Low levels of ten plasma proteins emerged as meaningful predictors of 18 types of solid tumors, tracking with sex. Levels of 150 proteins indicated site of origin, and the protein signature also indicated stage, even very early.
In an editorial accompanying the BMJ Oncology report, Holli Loomans-Kropp, of Ohio State University pointed out that “Demonstrable sex-specific differences in cancer—including age of onset, cancer types and genetic alterations—suggest this approach would be useful. Incidence of larynx, throat and bladder cancers are higher in men, anal and thyroid in women. Cancers due to mutations in the p53 gene begin earlier in women. And different types of mutations drive acute lymphoblastic leukemia in men and women.”
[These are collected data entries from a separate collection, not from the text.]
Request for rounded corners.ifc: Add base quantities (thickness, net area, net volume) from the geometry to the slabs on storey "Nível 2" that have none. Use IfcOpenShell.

First a look at what the model holds.

```python
import ifcopenshell
import ifcopenshell.util.element
import ifcopenshell.util.unit

model = ifcopenshell.open("rounded corners.ifc")
print(model.schema)
for unit_type in ("LENGTHUNIT", "AREAUNIT", "VOLUMEUNIT"):
    print(unit_type, ifcopenshell.util.unit.calculate_unit_scale(model, unit_type))
storey = next(s for s in model.by_type("IfcBuildingStorey") if s.Name == "Nível 2")
slabs = [e for e in ifcopenshell.util.element.get_decomposition(storey) if e.is_a("IfcSlab")]
for e in sorted(slabs, key=lambda e: e.id()):
    print(e.id(), e.is_a(), e.Name, list(ifcopenshell.util.element.get_psets(e, qtos_only=True)), sep=" | ")
```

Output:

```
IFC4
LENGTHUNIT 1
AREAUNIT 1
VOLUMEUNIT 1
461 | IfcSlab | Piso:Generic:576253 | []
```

```python
import ifcopenshell
import ifcopenshell.api.pset
import ifcopenshell.geom
import ifcopenshell.util.element
import ifcopenshell.util.shape
import ifcopenshell.util.unit

model = ifcopenshell.open("rounded corners.ifc")
unit_scale = ifcopenshell.util.unit.calculate_unit_scale(model)
area_scale = ifcopenshell.util.unit.calculate_unit_scale(model, "AREAUNIT")
volume_scale = ifcopenshell.util.unit.calculate_unit_scale(model, "VOLUMEUNIT")
settings = ifcopenshell.geom.settings()

storey = next(s for s in model.by_type("IfcBuildingStorey") if s.Name == "Nível 2")
slabs = [e for e in ifcopenshell.util.element.get_decomposition(storey) if e.is_a("IfcSlab")]

for e in sorted(slabs, key=lambda e: e.id()):
    if ifcopenshell.util.element.get_psets(e, qtos_only=True, should_inherit=False):
        continue
    # Geometry comes back in metres, in the element's own axes.
    shape = ifcopenshell.geom.create_shape(settings, e)
    values = {
        "Width": ifcopenshell.util.shape.get_z(shape.geometry) / unit_scale,
        "NetArea": ifcopenshell.util.shape.get_footprint_area(shape.geometry) / area_scale,
        "NetVolume": ifcopenshell.util.shape.get_volume(shape.geometry) / volume_scale,
    }
    qto = ifcopenshell.api.pset.add_qto(model, product=e, name="Qto_SlabBaseQuantities")
    ifcopenshell.api.pset.edit_qto(model, qto=qto, properties=values)
    print(e.id(), {k: round(v, 3) for k, v in values.items()})

model.write("rounded corners_v2.ifc")
```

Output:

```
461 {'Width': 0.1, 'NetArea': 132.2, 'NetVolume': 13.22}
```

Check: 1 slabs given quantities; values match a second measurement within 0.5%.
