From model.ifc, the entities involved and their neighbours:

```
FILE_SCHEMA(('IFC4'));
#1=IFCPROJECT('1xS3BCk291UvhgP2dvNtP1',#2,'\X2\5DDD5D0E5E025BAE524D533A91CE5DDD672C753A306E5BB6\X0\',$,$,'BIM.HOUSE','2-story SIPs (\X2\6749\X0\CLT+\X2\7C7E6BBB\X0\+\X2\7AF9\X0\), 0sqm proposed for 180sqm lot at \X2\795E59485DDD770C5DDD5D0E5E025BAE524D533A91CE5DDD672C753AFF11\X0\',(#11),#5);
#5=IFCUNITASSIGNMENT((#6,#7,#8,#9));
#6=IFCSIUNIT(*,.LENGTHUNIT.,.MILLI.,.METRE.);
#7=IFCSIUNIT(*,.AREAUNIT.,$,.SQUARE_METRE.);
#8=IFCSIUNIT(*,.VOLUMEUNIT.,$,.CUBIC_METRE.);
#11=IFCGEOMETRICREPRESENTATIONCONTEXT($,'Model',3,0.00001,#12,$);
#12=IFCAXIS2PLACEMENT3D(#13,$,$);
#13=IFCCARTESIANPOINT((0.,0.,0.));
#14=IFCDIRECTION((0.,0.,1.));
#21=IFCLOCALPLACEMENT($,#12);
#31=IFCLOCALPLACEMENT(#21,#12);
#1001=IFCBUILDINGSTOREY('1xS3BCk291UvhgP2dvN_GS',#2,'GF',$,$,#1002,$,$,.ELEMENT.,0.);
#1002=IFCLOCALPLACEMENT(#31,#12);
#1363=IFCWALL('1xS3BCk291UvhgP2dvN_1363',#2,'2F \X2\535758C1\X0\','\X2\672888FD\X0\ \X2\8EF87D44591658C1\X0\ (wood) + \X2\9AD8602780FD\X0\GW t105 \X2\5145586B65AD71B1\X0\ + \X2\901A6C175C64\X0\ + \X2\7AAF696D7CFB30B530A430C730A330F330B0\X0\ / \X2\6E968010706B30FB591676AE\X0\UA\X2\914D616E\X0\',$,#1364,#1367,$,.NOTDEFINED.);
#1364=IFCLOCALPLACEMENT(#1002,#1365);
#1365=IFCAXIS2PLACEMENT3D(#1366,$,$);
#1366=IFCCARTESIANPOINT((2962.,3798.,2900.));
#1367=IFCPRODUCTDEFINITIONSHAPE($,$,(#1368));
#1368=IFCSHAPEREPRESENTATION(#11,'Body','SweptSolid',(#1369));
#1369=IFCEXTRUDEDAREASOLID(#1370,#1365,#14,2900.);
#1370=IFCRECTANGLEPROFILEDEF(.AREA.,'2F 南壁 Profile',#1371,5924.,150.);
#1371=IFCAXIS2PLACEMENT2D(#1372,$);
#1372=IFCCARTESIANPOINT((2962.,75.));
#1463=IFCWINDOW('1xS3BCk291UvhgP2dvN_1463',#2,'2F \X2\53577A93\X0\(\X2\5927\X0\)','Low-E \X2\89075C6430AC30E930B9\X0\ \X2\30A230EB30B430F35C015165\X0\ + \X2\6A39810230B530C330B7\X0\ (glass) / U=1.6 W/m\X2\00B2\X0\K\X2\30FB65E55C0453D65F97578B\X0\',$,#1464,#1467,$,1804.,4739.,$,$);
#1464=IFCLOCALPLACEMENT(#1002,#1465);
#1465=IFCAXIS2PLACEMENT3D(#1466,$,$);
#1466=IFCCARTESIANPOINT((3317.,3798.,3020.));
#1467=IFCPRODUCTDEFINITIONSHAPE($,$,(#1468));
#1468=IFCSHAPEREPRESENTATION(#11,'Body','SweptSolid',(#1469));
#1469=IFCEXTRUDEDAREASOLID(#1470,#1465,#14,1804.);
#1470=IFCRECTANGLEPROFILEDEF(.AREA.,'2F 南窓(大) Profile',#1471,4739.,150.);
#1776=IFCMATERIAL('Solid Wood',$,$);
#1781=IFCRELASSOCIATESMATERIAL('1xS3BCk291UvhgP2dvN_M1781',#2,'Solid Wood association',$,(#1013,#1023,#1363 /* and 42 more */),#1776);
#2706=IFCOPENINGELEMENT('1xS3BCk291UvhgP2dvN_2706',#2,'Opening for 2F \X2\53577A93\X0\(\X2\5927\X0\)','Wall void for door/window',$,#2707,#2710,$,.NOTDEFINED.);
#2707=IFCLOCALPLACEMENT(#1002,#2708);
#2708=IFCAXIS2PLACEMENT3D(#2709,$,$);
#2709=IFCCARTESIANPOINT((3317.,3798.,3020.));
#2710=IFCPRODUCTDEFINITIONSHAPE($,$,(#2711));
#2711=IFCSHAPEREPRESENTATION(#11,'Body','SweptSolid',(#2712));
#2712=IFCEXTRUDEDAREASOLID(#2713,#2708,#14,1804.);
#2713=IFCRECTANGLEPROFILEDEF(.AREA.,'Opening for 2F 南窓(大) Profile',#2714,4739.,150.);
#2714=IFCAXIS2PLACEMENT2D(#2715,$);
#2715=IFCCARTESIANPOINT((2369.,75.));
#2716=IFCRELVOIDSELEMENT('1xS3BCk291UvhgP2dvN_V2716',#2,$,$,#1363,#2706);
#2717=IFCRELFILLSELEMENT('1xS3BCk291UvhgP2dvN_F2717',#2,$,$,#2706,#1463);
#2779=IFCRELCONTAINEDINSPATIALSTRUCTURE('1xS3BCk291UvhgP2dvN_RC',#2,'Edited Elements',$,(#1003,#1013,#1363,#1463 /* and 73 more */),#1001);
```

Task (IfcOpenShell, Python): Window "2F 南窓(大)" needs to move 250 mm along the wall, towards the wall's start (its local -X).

```python
import ifcopenshell
import ifcopenshell.api.geometry
import ifcopenshell.util.placement
import ifcopenshell.util.unit

model = ifcopenshell.open("model.ifc")
unit_scale = ifcopenshell.util.unit.calculate_unit_scale(model)

window = model.by_guid("1xS3BCk291UvhgP2dvN_1463")
opening = window.FillsVoids[0].RelatingOpeningElement
wall = opening.VoidsElements[0].RelatingBuildingElement

wall_matrix = ifcopenshell.util.placement.get_local_placement(wall.ObjectPlacement)
shift = wall_matrix[:3, 0] * -0.25 / unit_scale
before = ifcopenshell.util.placement.get_local_placement(window.ObjectPlacement)[:3, 3].copy()

# The window is not placed relative to its opening, so move both.
for product in (opening, window):
    matrix = ifcopenshell.util.placement.get_local_placement(product.ObjectPlacement)
    matrix[:3, 3] += shift
    ifcopenshell.api.geometry.edit_object_placement(model, product=product, matrix=matrix, is_si=False)

after = ifcopenshell.util.placement.get_local_placement(window.ObjectPlacement)[:3, 3]
print("window moved by", (after - before).round(3) + 0.0)

model.write("model-out.ifc")
```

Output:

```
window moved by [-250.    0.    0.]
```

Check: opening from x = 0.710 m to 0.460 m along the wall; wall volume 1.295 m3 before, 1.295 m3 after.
Other genetic measures differ between the sexes, such as number of mutations, copy number alterations, and methylation patterns. X chromosome genes suppress tumor growth, and we females of course have two Xs compared to the male of the species’ one.
In the future, perhaps a multi-cancer early detection blood test will become as routine as a cholesterol check. Finding cancer early, so easily, promises to ultimately save many lives!